[[ SUPPLIED MATERIAL, beginning ]]

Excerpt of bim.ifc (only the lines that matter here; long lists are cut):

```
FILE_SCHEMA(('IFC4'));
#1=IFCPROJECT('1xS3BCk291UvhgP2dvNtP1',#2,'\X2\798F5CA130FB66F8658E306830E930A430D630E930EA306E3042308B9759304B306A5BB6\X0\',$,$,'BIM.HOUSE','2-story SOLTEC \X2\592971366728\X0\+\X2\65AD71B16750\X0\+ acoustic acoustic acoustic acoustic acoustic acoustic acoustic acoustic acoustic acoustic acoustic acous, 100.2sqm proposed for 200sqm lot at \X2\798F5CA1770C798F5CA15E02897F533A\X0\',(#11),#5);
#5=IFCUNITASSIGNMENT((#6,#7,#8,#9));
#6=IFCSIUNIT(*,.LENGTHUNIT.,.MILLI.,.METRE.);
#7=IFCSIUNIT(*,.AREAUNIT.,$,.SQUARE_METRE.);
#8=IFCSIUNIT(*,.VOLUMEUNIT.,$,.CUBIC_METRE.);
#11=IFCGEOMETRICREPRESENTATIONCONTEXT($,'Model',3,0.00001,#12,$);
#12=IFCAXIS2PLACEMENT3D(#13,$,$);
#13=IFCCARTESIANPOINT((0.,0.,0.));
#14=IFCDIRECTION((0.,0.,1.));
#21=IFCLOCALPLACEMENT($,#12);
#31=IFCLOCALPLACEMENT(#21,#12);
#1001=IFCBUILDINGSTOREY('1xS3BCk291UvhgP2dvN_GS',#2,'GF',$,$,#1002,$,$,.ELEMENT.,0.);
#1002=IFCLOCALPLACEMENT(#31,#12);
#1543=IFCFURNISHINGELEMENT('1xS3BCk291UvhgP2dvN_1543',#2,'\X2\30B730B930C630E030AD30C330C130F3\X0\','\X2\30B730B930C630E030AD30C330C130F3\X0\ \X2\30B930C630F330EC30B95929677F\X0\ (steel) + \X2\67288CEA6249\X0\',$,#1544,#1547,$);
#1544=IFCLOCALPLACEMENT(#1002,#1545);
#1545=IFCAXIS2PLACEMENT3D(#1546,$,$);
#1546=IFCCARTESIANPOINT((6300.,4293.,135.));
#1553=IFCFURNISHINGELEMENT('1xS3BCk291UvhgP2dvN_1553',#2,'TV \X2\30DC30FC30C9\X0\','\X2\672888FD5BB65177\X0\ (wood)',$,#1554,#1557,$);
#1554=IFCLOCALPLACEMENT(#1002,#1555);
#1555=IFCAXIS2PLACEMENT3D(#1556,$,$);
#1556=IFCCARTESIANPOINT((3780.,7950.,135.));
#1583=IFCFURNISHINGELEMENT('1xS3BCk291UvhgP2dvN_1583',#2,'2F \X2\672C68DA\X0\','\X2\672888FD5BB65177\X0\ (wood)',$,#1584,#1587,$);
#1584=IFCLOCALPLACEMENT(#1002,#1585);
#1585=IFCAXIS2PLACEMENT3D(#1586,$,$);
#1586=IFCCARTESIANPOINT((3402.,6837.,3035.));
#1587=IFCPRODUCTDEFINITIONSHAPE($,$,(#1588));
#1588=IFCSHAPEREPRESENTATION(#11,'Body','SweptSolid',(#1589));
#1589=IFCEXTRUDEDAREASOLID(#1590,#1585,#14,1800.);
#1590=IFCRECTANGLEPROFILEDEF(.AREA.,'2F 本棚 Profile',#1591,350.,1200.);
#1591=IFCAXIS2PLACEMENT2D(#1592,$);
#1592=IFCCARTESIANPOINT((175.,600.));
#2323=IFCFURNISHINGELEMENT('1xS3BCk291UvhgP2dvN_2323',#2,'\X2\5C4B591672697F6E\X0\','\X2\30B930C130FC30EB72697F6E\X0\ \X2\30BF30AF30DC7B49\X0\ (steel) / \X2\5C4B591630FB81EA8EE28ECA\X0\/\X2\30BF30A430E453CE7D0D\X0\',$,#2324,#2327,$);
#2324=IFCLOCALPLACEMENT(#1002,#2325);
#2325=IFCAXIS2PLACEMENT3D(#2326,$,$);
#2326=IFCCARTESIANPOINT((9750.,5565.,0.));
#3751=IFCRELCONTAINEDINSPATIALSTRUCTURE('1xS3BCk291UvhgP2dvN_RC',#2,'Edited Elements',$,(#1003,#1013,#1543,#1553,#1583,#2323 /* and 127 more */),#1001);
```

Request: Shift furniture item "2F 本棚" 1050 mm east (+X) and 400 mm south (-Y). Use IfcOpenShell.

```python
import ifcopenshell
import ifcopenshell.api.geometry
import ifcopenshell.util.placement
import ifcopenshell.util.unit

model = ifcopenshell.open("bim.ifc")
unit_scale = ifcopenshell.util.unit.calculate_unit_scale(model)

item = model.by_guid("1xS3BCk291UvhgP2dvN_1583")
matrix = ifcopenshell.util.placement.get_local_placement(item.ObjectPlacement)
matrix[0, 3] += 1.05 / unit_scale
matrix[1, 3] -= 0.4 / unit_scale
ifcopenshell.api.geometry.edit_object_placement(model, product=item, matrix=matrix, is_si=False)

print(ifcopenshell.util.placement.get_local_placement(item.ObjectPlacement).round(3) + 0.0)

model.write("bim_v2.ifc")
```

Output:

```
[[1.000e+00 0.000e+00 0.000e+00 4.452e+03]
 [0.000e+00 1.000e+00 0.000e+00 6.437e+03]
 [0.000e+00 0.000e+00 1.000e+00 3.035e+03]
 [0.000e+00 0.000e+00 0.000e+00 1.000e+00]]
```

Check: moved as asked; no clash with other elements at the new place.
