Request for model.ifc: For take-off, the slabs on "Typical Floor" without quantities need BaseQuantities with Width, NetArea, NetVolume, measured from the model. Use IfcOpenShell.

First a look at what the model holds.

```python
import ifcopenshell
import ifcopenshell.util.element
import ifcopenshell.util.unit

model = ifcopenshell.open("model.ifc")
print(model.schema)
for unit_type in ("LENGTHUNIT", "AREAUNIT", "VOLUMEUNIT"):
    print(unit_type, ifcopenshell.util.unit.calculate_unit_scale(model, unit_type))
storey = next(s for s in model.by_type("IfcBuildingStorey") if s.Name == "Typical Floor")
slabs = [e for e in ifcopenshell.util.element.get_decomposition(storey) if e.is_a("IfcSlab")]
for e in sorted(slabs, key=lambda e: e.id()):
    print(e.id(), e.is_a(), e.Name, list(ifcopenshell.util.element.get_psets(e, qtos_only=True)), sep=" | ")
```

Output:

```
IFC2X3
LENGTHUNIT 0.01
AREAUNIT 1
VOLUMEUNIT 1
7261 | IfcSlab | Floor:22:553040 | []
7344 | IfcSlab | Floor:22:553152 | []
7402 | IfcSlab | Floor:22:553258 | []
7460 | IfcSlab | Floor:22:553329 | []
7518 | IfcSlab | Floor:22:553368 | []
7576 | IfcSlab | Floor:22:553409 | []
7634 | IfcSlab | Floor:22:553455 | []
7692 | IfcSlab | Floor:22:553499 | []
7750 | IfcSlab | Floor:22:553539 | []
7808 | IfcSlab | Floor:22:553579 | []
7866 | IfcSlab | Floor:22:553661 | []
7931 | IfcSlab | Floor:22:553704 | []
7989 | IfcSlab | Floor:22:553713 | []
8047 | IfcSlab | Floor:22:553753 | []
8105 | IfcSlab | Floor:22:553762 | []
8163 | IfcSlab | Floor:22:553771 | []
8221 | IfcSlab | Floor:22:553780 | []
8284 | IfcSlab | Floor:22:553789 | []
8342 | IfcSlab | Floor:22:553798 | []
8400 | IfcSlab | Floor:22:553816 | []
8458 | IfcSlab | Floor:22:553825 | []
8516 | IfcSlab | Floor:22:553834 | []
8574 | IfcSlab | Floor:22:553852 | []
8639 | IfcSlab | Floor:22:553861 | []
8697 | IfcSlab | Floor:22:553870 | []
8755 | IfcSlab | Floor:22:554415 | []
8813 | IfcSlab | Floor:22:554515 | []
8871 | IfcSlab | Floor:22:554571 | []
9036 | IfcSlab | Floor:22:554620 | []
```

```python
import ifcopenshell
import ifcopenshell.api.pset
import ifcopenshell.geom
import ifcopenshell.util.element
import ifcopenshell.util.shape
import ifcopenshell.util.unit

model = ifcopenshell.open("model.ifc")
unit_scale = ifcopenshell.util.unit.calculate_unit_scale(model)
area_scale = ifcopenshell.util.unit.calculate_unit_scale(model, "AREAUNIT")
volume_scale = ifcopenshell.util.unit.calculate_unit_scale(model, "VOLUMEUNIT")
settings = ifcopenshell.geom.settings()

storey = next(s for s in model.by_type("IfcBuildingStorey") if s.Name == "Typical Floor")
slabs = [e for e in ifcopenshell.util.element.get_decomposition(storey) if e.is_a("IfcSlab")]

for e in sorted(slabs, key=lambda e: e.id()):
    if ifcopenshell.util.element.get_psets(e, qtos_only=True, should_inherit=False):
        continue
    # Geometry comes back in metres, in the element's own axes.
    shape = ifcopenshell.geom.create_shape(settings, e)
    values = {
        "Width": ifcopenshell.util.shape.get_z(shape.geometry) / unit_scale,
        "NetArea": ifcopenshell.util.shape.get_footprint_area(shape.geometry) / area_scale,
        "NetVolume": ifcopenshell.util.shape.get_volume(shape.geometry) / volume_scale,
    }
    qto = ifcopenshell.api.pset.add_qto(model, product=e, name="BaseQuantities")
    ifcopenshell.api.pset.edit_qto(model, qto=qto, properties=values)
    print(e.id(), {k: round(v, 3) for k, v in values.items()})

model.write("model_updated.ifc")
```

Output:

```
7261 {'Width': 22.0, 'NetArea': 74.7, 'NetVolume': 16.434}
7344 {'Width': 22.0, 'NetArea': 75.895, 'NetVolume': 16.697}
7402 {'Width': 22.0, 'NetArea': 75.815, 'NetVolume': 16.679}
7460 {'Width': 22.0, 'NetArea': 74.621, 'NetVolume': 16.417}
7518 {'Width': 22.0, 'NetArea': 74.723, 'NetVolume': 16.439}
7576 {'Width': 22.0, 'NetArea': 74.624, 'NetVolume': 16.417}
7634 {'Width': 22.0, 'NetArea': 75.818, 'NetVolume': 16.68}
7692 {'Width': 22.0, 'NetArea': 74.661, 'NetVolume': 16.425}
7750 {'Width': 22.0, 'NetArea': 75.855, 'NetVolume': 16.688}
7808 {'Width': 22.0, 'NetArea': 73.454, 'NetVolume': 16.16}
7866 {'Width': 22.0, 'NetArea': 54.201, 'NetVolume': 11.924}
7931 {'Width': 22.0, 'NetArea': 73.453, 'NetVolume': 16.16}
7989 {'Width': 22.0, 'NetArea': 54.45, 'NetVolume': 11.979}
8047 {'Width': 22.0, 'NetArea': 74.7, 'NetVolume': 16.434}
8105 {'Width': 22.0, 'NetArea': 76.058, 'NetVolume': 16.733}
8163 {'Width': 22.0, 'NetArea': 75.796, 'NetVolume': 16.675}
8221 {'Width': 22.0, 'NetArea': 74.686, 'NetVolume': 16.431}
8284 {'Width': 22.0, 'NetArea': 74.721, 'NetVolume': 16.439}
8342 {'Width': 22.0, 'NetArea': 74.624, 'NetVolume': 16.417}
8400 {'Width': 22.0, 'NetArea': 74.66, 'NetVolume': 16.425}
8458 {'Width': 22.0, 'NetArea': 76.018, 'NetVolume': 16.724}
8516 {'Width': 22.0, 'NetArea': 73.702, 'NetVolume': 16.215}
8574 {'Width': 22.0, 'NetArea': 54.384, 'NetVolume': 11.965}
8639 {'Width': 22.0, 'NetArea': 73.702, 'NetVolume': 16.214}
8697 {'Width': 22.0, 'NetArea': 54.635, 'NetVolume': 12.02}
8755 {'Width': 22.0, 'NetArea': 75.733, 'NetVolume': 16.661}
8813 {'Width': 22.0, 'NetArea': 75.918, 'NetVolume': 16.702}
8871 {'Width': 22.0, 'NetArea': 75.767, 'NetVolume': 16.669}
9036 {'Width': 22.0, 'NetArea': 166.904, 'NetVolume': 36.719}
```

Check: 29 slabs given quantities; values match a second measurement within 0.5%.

[[ SUPPLIED MATERIAL, end ]]
[[ SUPPLIED MATERIAL, beginning ]]

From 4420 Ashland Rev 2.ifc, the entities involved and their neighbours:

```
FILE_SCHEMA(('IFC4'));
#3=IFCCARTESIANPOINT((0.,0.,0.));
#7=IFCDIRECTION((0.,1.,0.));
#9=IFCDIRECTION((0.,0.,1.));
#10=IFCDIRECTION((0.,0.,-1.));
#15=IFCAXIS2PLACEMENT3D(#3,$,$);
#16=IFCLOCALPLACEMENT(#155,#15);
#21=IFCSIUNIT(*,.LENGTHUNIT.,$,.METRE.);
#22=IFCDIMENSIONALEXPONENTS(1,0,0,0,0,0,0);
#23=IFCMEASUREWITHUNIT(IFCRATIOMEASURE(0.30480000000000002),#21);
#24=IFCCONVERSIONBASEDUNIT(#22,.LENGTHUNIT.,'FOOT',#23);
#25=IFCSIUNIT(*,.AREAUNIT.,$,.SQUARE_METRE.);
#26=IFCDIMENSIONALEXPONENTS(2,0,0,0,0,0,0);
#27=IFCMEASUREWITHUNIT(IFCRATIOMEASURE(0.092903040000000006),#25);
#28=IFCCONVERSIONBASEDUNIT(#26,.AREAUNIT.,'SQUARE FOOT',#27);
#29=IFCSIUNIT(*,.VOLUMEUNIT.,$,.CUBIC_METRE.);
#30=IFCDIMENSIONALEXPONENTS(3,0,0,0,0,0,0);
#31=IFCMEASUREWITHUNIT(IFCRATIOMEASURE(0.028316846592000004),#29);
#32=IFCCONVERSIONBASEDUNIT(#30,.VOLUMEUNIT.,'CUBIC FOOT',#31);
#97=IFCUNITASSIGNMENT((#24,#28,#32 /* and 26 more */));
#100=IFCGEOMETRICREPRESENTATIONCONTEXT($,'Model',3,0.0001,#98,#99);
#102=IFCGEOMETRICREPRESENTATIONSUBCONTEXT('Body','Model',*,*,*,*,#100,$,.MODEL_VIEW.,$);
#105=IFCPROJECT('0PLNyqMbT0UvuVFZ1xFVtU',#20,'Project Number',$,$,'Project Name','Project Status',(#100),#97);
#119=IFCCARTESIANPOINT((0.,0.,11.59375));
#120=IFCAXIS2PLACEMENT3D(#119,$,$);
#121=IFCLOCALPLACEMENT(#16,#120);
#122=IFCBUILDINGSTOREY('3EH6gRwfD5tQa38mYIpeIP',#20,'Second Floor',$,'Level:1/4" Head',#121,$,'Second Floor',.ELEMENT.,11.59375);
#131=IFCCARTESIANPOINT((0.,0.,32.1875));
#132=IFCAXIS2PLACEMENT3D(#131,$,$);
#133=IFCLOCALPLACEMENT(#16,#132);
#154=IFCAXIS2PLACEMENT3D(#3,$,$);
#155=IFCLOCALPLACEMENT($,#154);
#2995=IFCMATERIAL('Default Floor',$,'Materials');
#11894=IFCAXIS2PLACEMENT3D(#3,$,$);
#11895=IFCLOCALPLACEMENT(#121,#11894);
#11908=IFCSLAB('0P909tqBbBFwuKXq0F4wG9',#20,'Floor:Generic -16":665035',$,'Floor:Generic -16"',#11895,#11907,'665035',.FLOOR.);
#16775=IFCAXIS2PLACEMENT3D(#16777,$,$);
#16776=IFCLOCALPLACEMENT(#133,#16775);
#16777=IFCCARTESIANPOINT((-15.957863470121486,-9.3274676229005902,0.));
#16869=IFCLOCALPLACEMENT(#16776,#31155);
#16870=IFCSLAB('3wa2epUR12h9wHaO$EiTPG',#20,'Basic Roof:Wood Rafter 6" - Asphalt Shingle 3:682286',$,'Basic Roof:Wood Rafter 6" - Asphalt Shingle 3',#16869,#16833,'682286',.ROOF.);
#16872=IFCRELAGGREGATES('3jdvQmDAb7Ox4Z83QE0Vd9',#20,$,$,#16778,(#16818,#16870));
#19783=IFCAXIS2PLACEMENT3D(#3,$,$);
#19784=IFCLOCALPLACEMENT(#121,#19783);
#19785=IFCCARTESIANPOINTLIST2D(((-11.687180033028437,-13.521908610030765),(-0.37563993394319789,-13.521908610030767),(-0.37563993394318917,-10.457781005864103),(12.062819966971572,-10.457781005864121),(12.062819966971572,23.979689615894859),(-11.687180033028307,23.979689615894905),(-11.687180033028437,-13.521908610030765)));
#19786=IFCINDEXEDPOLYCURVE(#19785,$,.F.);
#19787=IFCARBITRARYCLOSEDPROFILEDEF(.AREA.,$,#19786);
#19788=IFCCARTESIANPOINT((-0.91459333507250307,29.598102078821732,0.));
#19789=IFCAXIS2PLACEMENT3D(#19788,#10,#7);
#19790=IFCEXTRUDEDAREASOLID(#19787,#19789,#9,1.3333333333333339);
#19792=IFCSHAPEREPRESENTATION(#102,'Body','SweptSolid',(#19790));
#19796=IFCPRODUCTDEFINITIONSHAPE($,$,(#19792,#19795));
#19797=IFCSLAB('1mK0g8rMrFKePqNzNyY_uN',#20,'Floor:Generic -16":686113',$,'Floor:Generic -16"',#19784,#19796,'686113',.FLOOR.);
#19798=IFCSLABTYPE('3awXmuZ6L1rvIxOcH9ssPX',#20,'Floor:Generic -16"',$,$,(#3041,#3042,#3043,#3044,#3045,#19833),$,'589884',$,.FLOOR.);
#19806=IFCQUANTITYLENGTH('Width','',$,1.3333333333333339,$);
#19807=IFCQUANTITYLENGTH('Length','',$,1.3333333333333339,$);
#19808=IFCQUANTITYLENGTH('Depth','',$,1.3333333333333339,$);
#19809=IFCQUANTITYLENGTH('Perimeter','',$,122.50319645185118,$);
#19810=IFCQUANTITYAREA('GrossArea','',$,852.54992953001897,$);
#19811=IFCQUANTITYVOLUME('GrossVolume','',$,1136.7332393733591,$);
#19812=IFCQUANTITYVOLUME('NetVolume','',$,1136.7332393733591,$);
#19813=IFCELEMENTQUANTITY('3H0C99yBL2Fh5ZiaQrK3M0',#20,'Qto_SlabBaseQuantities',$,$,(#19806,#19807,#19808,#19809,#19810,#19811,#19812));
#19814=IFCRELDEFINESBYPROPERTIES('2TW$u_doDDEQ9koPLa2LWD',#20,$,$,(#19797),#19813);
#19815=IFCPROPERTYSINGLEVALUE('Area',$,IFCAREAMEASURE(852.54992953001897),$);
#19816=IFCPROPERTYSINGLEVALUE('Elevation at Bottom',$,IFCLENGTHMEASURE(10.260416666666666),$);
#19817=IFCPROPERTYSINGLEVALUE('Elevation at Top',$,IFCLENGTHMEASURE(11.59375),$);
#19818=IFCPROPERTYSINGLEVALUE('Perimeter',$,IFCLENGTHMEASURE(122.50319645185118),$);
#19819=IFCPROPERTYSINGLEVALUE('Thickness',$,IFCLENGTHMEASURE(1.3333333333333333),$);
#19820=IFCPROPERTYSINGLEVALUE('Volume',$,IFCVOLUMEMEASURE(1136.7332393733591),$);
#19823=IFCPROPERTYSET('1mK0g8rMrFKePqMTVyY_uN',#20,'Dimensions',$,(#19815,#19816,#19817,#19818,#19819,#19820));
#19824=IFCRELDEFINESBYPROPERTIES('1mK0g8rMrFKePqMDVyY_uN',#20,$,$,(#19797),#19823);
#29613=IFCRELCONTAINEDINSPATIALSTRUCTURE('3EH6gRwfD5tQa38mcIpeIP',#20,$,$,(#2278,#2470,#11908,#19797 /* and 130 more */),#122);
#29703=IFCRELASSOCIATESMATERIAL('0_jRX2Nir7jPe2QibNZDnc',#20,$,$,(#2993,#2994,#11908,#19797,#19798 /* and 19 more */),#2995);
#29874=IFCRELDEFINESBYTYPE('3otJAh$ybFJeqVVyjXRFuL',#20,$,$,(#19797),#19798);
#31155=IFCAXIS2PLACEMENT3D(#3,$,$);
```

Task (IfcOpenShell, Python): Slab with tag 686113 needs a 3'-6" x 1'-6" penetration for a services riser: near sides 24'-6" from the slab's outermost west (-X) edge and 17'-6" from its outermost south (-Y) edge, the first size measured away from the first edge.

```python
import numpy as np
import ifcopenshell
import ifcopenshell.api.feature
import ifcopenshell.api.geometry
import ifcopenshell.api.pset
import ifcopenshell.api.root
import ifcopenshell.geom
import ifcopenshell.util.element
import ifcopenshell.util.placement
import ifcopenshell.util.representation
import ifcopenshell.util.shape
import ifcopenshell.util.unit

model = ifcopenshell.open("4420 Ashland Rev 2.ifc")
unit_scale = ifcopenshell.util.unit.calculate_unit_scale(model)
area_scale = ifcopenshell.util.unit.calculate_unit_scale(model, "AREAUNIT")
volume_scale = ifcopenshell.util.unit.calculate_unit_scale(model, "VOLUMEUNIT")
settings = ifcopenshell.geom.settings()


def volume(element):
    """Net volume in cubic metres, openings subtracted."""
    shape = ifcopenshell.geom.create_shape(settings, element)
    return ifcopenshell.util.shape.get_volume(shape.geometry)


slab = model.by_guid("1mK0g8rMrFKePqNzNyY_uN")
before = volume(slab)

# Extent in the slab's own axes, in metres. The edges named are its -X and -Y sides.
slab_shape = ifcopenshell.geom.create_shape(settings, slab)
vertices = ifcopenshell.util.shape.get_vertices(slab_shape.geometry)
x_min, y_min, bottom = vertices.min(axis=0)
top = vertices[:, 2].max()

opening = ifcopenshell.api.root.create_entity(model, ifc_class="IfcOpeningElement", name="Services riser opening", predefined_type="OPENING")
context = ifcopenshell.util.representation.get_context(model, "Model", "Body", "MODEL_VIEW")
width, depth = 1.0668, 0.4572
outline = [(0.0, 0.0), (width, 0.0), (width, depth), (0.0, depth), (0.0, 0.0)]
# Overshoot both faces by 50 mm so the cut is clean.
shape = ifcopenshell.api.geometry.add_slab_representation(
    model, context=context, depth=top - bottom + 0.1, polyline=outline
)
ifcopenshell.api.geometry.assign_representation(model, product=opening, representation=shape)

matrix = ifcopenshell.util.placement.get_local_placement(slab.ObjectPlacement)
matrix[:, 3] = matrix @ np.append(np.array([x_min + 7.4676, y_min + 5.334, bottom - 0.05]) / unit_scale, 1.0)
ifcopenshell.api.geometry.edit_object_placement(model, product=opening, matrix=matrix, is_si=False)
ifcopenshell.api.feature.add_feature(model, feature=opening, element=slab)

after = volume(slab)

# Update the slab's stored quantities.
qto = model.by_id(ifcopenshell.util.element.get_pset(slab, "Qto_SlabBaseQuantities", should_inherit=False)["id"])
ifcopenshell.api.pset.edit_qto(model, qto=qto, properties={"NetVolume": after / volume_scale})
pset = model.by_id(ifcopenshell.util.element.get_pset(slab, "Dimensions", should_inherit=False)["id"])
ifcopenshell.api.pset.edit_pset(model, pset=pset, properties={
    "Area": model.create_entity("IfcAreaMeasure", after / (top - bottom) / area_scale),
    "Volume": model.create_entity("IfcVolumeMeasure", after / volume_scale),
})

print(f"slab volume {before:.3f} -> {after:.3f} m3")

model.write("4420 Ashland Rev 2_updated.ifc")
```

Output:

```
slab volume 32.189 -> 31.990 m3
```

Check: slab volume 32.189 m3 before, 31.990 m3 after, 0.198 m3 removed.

[[ SUPPLIED MATERIAL, end ]]

* **PROBLEM TO WORK ON**
If a line in the data above holds the string "IFCQUANTITYVOLUME", copy it.

* **ANSWER SPACE**
#19811=IFCQUANTITYVOLUME('GrossVolume','',$,1136.7332393733591,$);
#19812=IFCQUANTITYVOLUME('NetVolume','',$,1136.7332393733591,$);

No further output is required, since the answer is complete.